Having a job that pays well is a big deal for many as they want to invest the money they are earning into things they plan to buy. But sometimes, a lot of people make mistakes when they invest their earnings on things that they might not need at all.
If there is no guidance, chances are you’ll definitely be splurging on a lot of things to the point you won’t have any cash left. You have an option to check different questions with a financial advisor or home lending advisor online. If you’re earning and are thinking of how to invest the money, here are seven financial mistakes that you can avoid and save you the trouble.
When planning for a secure financial future, it’s crucial to avoid common pitfalls that can derail your progress. One of the most important steps is to seek out Freedom in your financial decisions, which involves understanding the potential risks and making informed choices that align with your long-term goals. By doing so, you can ensure that your financial strategies remain robust and adaptable to life’s unpredictable changes.
Spending more than you can afford
We are all guilty all the time with this. Do you love buying all the latest trends in clothes, shoes, and makeup? Do you have to be in with the trends just because a friend has it like a new cell phone? Sometimes, we don’t see, but we splurge more than what we can afford.
When buying something, ask yourself, do you really need it? That way, it will help you decide on whether you really need it or you can always save it for another time.
Abusing the credit card
Remember Becky Bloomwood in Confessions of a Shopaholic? She was swiping her credit card for designer items that she probably did not need at all.
Having a credit card is a big responsibility.
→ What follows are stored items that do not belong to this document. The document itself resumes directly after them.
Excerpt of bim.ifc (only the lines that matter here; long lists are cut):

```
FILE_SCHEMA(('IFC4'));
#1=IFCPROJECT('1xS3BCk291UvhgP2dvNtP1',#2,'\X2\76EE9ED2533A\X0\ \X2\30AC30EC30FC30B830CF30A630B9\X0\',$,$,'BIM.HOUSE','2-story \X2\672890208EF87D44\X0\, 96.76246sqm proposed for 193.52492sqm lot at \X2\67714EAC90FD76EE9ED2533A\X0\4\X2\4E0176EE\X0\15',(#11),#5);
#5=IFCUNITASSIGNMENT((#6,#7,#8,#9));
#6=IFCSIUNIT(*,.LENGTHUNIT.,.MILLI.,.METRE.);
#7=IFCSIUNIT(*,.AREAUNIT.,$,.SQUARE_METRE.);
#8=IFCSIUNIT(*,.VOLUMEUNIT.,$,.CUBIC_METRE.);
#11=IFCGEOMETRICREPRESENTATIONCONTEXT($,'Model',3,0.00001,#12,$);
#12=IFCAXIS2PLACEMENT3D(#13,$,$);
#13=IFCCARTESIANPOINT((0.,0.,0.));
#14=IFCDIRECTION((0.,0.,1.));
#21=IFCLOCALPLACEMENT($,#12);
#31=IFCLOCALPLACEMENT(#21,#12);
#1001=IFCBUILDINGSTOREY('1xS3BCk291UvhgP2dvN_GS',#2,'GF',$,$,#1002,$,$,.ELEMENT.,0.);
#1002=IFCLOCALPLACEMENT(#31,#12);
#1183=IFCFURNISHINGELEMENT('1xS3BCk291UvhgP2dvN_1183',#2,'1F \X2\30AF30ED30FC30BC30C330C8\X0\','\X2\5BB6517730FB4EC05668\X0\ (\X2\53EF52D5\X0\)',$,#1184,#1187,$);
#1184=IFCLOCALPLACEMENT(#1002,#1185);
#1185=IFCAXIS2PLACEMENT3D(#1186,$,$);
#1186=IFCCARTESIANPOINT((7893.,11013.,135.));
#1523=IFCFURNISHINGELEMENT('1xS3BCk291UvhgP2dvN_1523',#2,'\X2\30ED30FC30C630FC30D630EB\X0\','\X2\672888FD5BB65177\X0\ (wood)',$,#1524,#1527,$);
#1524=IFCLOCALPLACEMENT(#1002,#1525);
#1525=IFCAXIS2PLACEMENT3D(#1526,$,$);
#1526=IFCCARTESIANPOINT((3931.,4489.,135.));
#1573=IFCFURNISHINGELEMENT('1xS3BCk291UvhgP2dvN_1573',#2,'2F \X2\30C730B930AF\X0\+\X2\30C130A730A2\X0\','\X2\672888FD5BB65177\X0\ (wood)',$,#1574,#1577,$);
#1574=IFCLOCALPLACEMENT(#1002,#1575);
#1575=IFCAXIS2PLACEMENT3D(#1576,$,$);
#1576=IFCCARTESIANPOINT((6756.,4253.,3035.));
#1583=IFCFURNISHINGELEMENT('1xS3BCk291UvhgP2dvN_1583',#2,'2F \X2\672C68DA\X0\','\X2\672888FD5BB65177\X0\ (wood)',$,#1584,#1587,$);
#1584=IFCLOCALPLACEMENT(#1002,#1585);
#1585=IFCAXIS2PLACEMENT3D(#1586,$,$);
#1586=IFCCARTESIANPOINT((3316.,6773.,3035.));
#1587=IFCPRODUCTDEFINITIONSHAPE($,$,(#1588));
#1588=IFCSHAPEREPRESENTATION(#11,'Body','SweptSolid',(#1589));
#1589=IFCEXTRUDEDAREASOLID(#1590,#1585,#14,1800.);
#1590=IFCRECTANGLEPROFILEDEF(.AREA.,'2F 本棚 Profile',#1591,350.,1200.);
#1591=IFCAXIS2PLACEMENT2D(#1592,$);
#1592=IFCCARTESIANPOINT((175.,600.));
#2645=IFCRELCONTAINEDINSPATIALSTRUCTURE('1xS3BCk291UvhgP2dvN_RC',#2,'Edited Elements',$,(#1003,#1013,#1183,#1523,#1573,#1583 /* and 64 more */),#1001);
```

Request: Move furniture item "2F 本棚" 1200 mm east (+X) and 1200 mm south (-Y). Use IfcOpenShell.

```python
import ifcopenshell
import ifcopenshell.api.geometry
import ifcopenshell.util.placement
import ifcopenshell.util.unit

model = ifcopenshell.open("bim.ifc")
unit_scale = ifcopenshell.util.unit.calculate_unit_scale(model)

item = model.by_id(1583)
matrix = ifcopenshell.util.placement.get_local_placement(item.ObjectPlacement)
matrix[0, 3] += 1.2 / unit_scale
matrix[1, 3] -= 1.2 / unit_scale
ifcopenshell.api.geometry.edit_object_placement(model, product=item, matrix=matrix, is_si=False)

print(ifcopenshell.util.placement.get_local_placement(item.ObjectPlacement).round(3) + 0.0)

model.write("bim_rev.ifc")
```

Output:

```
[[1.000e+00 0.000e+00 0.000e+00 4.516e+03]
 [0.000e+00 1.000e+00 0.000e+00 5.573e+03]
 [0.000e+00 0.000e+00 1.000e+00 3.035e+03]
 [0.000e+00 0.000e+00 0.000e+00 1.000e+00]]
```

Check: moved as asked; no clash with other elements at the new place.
The best tip is to use it for emergency purposes or if you’re buying something that needs online banking. Remember that banks have interest rates, and it might take you quite a while before you’re able to pay all that debt.
Not enough savings
We have often been told to save for a rainy day by our parents because time will come when our savings or our emergency fund will come in handy. But there are those who don’t save enough or don’t even have bank accounts at all.
The pandemic has actually been a wake-up call for a lot of people who are living from paycheck to paycheck. If you are earning enough, make sure to set aside at least a third of your earnings while the rest can pay for the house bills and other expenditures.
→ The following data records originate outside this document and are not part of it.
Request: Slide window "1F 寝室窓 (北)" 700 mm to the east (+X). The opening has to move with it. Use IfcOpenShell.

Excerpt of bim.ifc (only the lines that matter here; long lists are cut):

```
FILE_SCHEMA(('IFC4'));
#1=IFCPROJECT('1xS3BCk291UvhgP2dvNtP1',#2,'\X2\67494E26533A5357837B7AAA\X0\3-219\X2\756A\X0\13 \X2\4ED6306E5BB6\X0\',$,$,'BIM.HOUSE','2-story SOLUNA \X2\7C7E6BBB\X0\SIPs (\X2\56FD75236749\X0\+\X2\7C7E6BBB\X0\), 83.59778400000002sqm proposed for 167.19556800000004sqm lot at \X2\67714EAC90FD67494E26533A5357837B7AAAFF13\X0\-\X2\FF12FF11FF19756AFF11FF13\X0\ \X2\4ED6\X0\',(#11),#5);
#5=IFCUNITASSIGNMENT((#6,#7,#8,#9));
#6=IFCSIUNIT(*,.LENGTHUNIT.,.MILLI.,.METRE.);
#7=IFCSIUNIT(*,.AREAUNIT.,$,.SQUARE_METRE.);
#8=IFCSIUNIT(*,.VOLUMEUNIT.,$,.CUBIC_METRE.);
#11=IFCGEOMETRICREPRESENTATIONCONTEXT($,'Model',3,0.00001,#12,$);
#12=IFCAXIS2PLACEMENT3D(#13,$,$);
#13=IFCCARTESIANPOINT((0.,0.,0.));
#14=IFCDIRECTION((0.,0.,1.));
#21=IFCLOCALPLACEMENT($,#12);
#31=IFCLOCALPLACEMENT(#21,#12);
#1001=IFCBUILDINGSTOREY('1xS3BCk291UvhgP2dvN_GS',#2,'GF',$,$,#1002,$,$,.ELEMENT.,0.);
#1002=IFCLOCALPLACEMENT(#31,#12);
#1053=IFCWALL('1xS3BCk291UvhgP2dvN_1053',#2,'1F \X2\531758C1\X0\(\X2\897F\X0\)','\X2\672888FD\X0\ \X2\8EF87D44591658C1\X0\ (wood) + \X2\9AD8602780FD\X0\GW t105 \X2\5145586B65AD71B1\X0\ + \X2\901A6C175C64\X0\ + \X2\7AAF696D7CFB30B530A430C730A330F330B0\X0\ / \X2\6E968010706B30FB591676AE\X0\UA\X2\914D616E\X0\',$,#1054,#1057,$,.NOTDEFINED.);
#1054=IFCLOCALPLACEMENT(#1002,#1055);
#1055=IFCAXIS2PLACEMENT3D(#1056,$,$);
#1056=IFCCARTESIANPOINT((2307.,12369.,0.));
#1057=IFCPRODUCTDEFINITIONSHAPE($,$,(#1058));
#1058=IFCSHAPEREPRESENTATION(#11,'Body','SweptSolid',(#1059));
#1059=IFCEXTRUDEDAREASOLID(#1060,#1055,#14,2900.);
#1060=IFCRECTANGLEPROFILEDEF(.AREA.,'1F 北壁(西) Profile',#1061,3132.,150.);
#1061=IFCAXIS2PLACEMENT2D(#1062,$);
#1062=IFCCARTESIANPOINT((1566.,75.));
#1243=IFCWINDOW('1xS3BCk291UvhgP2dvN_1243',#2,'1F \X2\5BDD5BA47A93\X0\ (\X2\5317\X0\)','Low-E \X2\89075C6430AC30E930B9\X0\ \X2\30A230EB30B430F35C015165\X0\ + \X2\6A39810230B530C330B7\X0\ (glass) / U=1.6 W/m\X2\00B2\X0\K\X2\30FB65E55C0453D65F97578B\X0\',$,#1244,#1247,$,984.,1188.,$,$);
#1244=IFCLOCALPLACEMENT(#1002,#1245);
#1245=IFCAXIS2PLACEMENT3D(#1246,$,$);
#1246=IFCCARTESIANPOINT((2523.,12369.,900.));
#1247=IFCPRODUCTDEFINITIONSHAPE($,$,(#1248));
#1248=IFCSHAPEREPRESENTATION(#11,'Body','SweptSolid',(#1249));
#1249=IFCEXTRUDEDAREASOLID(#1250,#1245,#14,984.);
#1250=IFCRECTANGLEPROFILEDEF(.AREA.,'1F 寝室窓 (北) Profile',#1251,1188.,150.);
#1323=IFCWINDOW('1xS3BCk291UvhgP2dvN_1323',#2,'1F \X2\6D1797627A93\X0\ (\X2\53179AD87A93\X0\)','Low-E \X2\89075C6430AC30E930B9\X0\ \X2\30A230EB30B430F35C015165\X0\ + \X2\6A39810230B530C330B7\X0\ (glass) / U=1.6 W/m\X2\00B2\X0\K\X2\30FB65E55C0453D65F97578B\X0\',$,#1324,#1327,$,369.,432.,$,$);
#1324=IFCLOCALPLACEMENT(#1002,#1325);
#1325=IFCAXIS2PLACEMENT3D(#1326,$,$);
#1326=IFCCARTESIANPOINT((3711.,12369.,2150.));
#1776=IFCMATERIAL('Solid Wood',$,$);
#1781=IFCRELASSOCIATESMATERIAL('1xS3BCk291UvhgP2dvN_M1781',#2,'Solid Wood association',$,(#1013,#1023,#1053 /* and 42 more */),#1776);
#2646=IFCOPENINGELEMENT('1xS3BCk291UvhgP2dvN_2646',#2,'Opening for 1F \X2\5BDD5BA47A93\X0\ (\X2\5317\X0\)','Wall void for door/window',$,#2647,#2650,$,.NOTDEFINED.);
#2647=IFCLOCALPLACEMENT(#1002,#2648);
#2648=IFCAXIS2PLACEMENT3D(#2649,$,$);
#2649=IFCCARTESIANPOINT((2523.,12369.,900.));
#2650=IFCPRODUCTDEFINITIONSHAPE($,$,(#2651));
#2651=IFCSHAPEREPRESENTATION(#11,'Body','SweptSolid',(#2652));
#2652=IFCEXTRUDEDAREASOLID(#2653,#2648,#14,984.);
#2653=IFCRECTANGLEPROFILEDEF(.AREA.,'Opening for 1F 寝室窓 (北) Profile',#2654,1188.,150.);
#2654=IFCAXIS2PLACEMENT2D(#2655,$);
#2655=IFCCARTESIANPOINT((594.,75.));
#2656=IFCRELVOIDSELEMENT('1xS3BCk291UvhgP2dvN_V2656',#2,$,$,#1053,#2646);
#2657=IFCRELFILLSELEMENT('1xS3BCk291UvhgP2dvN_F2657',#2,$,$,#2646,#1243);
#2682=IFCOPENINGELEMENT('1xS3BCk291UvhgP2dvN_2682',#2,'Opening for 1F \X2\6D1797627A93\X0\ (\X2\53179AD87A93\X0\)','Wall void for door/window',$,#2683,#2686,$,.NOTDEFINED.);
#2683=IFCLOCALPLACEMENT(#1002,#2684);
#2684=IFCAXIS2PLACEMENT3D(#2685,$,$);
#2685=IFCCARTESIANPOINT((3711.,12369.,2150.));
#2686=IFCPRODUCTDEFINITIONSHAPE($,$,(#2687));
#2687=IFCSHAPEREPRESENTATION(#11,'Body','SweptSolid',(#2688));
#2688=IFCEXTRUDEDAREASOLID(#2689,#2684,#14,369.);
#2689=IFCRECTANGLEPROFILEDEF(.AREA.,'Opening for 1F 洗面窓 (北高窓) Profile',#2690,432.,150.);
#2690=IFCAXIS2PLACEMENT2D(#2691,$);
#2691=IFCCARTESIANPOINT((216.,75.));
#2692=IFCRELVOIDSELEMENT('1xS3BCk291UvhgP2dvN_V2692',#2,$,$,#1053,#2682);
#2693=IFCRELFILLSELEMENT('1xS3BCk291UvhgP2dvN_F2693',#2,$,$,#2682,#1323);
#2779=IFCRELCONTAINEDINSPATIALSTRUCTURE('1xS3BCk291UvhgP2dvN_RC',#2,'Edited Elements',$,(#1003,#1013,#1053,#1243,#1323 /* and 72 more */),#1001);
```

```python
import ifcopenshell
import ifcopenshell.api.geometry
import ifcopenshell.util.placement
import ifcopenshell.util.unit

model = ifcopenshell.open("bim.ifc")
unit_scale = ifcopenshell.util.unit.calculate_unit_scale(model)

window = model.by_id(1243)
opening = window.FillsVoids[0].RelatingOpeningElement
wall = opening.VoidsElements[0].RelatingBuildingElement

wall_matrix = ifcopenshell.util.placement.get_local_placement(wall.ObjectPlacement)
shift = wall_matrix[:3, 0] * 0.7 / unit_scale
before = ifcopenshell.util.placement.get_local_placement(window.ObjectPlacement)[:3, 3].copy()

# The window is not placed relative to its opening, so move both.
for product in (opening, window):
    matrix = ifcopenshell.util.placement.get_local_placement(product.ObjectPlacement)
    matrix[:3, 3] += shift
    ifcopenshell.api.geometry.edit_object_placement(model, product=product, matrix=matrix, is_si=False)

after = ifcopenshell.util.placement.get_local_placement(window.ObjectPlacement)[:3, 3]
print("window moved by", (after - before).round(3) + 0.0)

model.write("bim_v2.ifc")
```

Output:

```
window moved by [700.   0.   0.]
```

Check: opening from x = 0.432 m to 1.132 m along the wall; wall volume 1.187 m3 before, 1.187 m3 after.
Make sure to set aside something for yourself to spend because after all, you need a reward occasionally for the hard work you are putting into your job.
Borrowing more money than you can handle
There will be times when you need to borrow money because you are short in cash but make sure to borrow that you can pay right. We all heard a lot of stories about people borrowing money nonstop and finding themselves in debt. It also happens in business wherein you have to take the risk of losing more than earning.
When you borrow money, make sure to keep track of how much and don’t run away from the people you’ve borrowed from. They were kind to lend you and make sure to repay it back properly. Otherwise, you’ll find yourself being blacklisted and earning a lot of enemies along the way.
Not investing in your family or child’s future
Aside from yourself, you definitely need to set aside cash for your family’s needs. School fees after all are expensive and if you’re not setting aside money from it, then you’ll run the risk of not paying for your kid’s needs.
Remember that you’re not just thinking about yourself. You are also thinking about the people that you love so make sure to do your responsibility as a parent whether now or when you have a child in the future.
Having your spouse or partner pay for the household finances solo
If you and your partner/spouse are both earning enough, then make sure to split the payments between the two of you fairly. This is one of the common mistakes that led couples to fight and later on divorce. If one is earning more than the other, this becomes an issue because the burden is the person who earns more. Make sure to sit down and discuss the split between the two of you. Be honest if there is a delay on someone’s part to pay. After all, you are both trying to be responsible adults in this situation.
Not having insurance
It’s very important to have insurance, medical insurance in this case in the time of a pandemic. Medical bills can be very expensive and if you have insurance with you, it can help lessen the burden of payment. True you’ll need to pay the insurance little by little, but investing in insurance saves you a lot of trouble, especially in times of a health emergency.
These are just some common financial mistakes. In the end, think about your future. If you’re unsure, then consult a financial or lending advisor before even spending the hard-earned money you have with you.